Su moral y la nuestra
Su moral y la nuestra El partido de Zenzinov mismo desarrolló, hace años, un trabajo ilegal contra el zarismo y más tarde contra el bolchevismo. En ambos casos, se sirvió de astucias, de estratagemas, de falsos pasaportes y de otras formas de "disimulo de la verdad". Todos esos medios fueron considerados por él no sólo "éticos", sino hasta heroicos, puesto que correspondían a los fines políticos de la democracia pequeño-burguesa.
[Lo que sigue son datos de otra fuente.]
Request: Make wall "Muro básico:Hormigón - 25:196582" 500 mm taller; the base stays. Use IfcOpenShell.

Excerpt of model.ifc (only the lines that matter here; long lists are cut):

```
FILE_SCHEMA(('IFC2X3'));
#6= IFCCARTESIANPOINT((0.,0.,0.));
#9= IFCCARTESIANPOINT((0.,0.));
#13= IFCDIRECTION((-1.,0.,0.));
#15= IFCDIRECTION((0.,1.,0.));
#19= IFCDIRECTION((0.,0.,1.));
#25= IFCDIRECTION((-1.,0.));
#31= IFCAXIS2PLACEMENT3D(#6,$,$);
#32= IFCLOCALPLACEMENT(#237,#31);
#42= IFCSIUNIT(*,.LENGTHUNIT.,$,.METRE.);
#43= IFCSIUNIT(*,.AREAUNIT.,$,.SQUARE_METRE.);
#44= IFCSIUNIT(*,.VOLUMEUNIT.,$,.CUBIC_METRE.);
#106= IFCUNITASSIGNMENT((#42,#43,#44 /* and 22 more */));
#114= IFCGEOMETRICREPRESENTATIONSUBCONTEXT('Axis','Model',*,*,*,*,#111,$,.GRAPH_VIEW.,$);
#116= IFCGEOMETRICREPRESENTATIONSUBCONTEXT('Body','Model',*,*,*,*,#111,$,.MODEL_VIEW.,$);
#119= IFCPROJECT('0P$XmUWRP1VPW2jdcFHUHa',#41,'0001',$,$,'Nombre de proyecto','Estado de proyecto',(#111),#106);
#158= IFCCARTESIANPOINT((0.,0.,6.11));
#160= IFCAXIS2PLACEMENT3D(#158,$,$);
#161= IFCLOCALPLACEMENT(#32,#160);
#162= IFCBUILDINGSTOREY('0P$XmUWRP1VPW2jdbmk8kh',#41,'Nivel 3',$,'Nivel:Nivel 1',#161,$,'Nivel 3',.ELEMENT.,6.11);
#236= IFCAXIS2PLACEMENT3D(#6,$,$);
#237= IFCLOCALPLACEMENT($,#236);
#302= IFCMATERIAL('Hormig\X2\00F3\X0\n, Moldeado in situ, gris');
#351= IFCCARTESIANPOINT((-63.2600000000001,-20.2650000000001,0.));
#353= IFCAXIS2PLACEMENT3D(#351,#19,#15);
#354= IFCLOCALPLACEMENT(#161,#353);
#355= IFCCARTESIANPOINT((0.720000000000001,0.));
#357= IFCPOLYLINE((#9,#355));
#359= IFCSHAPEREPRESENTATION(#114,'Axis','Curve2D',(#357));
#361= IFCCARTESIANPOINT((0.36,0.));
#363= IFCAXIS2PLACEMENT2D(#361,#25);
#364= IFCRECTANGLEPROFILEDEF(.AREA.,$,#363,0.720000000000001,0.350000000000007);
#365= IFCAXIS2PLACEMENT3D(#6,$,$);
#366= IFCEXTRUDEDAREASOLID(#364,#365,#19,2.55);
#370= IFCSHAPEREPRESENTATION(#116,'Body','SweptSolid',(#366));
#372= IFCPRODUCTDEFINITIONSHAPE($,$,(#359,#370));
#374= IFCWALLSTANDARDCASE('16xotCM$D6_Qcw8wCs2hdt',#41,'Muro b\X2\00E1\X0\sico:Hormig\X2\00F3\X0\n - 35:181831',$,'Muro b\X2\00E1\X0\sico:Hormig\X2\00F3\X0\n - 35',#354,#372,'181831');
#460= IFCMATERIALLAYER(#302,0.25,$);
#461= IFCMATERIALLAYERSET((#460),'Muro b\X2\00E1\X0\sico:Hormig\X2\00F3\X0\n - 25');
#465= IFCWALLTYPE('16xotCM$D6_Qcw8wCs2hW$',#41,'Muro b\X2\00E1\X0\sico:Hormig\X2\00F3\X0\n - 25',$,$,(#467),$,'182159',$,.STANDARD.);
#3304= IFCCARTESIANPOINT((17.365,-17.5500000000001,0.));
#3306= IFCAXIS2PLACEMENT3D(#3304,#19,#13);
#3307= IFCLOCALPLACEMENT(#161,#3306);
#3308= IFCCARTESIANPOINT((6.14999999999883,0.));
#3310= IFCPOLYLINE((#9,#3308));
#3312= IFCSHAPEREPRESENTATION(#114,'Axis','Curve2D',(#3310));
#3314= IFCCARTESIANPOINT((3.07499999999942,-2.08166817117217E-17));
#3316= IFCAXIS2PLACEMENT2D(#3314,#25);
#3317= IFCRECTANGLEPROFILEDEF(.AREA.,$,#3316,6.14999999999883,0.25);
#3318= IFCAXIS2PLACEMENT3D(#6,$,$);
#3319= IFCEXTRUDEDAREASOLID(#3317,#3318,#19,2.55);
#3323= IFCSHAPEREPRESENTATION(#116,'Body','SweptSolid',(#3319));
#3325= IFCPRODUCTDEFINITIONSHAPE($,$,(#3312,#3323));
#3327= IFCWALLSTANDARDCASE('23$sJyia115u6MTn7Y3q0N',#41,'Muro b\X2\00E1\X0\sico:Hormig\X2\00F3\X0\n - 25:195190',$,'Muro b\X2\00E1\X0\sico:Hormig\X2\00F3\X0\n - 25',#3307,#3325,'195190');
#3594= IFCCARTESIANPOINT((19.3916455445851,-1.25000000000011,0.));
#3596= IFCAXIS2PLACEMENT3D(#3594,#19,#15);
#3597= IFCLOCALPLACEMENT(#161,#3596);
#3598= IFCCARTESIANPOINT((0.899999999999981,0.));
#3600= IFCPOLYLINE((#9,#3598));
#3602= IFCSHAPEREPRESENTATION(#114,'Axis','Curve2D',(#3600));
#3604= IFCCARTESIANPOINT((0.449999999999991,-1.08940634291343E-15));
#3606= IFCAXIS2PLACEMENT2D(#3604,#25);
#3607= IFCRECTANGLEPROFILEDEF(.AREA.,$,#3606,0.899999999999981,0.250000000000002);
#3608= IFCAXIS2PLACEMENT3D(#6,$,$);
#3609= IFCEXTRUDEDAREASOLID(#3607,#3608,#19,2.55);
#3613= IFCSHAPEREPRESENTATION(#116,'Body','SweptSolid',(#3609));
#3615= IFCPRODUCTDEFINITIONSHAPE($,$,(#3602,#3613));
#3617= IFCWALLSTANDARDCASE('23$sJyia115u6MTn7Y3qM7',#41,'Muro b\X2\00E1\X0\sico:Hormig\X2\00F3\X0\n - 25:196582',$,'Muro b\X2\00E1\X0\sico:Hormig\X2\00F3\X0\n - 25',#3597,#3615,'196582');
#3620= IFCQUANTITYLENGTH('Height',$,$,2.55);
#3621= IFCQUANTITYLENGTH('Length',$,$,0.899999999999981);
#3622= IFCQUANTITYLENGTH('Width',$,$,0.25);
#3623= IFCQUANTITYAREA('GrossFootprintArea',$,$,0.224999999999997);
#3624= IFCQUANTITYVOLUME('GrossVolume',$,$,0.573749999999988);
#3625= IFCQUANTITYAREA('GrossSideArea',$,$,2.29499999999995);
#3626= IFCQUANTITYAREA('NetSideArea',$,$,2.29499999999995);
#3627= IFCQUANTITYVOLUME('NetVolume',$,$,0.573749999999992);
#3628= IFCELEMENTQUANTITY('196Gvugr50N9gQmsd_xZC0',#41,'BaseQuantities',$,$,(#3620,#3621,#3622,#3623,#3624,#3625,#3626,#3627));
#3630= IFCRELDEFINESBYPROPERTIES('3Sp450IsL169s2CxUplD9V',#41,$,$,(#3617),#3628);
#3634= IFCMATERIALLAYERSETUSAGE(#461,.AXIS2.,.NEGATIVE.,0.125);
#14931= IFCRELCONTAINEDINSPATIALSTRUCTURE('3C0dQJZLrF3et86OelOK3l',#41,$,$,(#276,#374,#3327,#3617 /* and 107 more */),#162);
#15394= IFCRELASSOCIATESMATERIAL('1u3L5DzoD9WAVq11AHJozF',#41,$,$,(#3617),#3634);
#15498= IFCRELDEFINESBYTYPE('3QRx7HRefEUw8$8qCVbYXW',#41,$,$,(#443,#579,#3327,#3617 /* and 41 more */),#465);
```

```python
import ifcopenshell
import ifcopenshell.api.pset
import ifcopenshell.geom
import ifcopenshell.util.element
import ifcopenshell.util.representation
import ifcopenshell.util.shape
import ifcopenshell.util.unit

model = ifcopenshell.open("model.ifc")
unit_scale = ifcopenshell.util.unit.calculate_unit_scale(model)
area_scale = ifcopenshell.util.unit.calculate_unit_scale(model, "AREAUNIT")
volume_scale = ifcopenshell.util.unit.calculate_unit_scale(model, "VOLUMEUNIT")
settings = ifcopenshell.geom.settings()


def volume(element):
    """Net volume in cubic metres, openings subtracted."""
    shape = ifcopenshell.geom.create_shape(settings, element)
    return ifcopenshell.util.shape.get_volume(shape.geometry)


wall = model.by_guid("23$sJyia115u6MTn7Y3qM7")
before = volume(wall)

body = ifcopenshell.util.representation.get_representation(wall, "Model", "Body")
solid = body.Items[0]
old_height = solid.Depth
solid.Depth += 0.5
after = volume(wall)
thickness = 0.25  # wall thickness in metres

# Update the stored height, areas and volumes.
qto = model.by_id(ifcopenshell.util.element.get_pset(wall, "BaseQuantities", should_inherit=False)["id"])
ifcopenshell.api.pset.edit_qto(model, qto=qto, properties={
    "Height": solid.Depth,
    "GrossVolume": ifcopenshell.util.element.get_pset(wall, "BaseQuantities", "GrossVolume") * solid.Depth / old_height,
    "GrossSideArea": ifcopenshell.util.element.get_pset(wall, "BaseQuantities", "GrossSideArea") * solid.Depth / old_height,
    "NetSideArea": after / thickness / area_scale,
    "NetVolume": after / volume_scale,
})

print(f"height {old_height:g} -> {solid.Depth:g}, volume {before:.3f} -> {after:.3f} m3")

model.write("model_edited.ifc")
```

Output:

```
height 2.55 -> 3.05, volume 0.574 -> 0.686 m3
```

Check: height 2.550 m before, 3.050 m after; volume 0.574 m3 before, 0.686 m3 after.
La situación, sin embargo, cambia tan pronto como los revolucionarios proletarios se ven obligados a recurrir a medidas conspirativas contra la democracia pequeño-burguesa. ¡La clave de la moral de esos señores, como se ve, tiene carácter de clase!
El "amoralista" Lenin recomienda abiertamente, en la prensa, servirse de astucias de guerra para con los líderes que traicionan a los obreros. El moralista Zenzinov trunca deliberadamente una cita por sus dos extremos, a fin de engañar a sus lectores: el detractor ético ha sabido ser, como de costumbre, un bribón ruin. ¡No inútilmente gustaba Lenin repetir que es terriblemente difícil ir contra un adversario de buena fe!